Using the records below, quote only the span that opens with the line containing "if what is not" and closes with the line containing "if body is not", exactly and inclusively.
** Opening Working data block **
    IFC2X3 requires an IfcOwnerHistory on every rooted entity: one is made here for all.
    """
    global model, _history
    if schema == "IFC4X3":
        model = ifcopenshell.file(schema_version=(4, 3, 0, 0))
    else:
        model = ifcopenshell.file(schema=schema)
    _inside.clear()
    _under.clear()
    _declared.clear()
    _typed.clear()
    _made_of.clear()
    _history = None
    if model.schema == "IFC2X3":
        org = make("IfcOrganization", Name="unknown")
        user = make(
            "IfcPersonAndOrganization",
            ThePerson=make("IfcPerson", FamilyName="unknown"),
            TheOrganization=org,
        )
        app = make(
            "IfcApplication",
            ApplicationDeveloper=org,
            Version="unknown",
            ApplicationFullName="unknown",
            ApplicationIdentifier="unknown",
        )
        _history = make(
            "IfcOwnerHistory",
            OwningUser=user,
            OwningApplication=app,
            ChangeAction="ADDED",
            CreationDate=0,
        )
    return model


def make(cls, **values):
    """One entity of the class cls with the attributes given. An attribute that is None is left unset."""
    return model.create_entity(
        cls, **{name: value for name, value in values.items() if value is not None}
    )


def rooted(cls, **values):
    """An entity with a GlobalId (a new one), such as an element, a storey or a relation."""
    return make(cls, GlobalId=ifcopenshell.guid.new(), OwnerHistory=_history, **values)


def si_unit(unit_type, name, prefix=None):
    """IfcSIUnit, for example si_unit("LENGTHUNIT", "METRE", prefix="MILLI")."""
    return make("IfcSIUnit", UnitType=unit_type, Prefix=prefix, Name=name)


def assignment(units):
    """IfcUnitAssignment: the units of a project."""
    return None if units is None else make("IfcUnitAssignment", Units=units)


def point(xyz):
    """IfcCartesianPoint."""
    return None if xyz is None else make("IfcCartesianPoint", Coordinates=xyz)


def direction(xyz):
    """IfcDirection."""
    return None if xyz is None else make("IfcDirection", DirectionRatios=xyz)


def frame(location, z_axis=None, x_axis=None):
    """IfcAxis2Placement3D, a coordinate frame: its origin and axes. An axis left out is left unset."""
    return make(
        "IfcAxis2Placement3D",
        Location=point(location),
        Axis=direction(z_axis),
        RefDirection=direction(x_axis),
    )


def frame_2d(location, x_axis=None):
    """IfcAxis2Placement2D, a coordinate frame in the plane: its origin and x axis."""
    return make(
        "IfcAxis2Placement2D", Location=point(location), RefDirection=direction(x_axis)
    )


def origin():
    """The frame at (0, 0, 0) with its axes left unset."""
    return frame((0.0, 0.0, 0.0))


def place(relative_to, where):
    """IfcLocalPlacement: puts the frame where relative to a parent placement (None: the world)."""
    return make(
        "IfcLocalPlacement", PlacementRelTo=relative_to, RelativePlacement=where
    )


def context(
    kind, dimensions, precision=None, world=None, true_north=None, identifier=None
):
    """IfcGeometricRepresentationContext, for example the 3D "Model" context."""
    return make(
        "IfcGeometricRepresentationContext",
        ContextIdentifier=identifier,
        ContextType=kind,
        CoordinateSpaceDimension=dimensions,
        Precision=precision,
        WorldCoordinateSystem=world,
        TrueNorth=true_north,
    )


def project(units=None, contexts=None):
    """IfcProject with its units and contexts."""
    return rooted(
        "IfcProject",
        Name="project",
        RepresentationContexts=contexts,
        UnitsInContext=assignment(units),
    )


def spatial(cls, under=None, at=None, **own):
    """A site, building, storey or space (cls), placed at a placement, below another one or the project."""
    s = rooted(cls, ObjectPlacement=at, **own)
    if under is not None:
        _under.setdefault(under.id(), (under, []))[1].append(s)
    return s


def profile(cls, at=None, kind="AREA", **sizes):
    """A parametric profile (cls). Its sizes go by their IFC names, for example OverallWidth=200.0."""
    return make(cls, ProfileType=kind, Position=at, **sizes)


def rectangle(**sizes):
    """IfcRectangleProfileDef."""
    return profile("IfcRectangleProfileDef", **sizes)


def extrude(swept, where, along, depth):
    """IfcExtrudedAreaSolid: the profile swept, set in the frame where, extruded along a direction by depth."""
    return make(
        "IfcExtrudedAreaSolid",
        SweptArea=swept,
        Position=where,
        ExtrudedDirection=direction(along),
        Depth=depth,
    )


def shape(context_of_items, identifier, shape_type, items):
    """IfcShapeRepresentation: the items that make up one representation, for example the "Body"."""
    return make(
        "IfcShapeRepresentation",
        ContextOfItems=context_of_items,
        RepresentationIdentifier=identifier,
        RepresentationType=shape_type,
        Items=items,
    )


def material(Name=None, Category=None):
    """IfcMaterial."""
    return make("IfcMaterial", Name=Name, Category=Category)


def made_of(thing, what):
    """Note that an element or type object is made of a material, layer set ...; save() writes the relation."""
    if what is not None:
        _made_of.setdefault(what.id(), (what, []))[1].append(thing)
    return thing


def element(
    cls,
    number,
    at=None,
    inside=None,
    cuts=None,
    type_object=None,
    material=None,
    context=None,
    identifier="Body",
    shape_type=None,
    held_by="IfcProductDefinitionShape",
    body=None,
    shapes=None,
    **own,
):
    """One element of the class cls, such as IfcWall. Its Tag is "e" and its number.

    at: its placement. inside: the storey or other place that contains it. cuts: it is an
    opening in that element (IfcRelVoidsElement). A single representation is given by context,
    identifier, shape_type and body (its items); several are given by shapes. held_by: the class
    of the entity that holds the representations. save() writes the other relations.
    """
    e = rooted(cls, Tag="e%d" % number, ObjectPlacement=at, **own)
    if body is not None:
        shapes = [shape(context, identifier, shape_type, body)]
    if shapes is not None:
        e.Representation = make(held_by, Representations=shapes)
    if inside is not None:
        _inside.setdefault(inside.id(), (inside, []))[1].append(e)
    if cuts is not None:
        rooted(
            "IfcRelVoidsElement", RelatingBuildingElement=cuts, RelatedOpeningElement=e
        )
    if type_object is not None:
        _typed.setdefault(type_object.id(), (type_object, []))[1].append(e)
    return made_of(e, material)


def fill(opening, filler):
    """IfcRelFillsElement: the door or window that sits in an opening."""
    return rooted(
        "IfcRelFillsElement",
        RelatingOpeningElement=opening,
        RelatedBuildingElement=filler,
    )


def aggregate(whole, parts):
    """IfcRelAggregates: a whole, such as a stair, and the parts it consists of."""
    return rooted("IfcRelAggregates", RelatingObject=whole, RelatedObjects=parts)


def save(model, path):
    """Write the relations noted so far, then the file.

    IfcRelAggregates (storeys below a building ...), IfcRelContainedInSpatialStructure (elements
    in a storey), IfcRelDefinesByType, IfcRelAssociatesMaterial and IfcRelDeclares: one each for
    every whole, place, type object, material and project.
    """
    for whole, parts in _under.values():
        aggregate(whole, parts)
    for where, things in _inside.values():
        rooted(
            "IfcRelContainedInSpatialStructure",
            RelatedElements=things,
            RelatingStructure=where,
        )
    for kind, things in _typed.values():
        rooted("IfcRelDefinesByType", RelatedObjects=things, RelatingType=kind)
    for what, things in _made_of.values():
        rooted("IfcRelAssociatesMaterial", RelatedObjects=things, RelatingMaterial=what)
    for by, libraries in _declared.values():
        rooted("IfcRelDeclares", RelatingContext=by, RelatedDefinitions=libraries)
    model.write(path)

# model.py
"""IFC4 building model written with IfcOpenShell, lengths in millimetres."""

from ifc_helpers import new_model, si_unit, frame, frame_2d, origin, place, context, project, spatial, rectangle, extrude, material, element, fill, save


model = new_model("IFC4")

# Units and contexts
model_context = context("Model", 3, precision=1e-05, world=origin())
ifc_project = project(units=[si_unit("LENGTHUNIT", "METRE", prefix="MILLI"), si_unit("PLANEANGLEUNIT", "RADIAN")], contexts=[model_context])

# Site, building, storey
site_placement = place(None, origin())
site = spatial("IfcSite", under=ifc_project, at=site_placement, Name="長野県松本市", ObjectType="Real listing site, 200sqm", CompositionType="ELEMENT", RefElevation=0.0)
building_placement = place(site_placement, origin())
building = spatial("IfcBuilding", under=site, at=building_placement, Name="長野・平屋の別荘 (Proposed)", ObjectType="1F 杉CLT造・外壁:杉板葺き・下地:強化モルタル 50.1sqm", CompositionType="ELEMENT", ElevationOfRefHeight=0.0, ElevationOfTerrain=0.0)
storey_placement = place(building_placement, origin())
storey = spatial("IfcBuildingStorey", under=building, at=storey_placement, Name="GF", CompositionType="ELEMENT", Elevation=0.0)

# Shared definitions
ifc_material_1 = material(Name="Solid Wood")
** Closing Working data block **
Expected answer:
    if what is not None:
        _made_of.setdefault(what.id(), (what, []))[1].append(thing)
    return thing


def element(
    cls,
    number,
    at=None,
    inside=None,
    cuts=None,
    type_object=None,
    material=None,
    context=None,
    identifier="Body",
    shape_type=None,
    held_by="IfcProductDefinitionShape",
    body=None,
    shapes=None,
    **own,
):
    """One element of the class cls, such as IfcWall. Its Tag is "e" and its number.

    at: its placement. inside: the storey or other place that contains it. cuts: it is an
    opening in that element (IfcRelVoidsElement). A single representation is given by context,
    identifier, shape_type and body (its items); several are given by shapes. held_by: the class
    of the entity that holds the representations. save() writes the other relations.
    """
    e = rooted(cls, Tag="e%d" % number, ObjectPlacement=at, **own)
    if body is not None:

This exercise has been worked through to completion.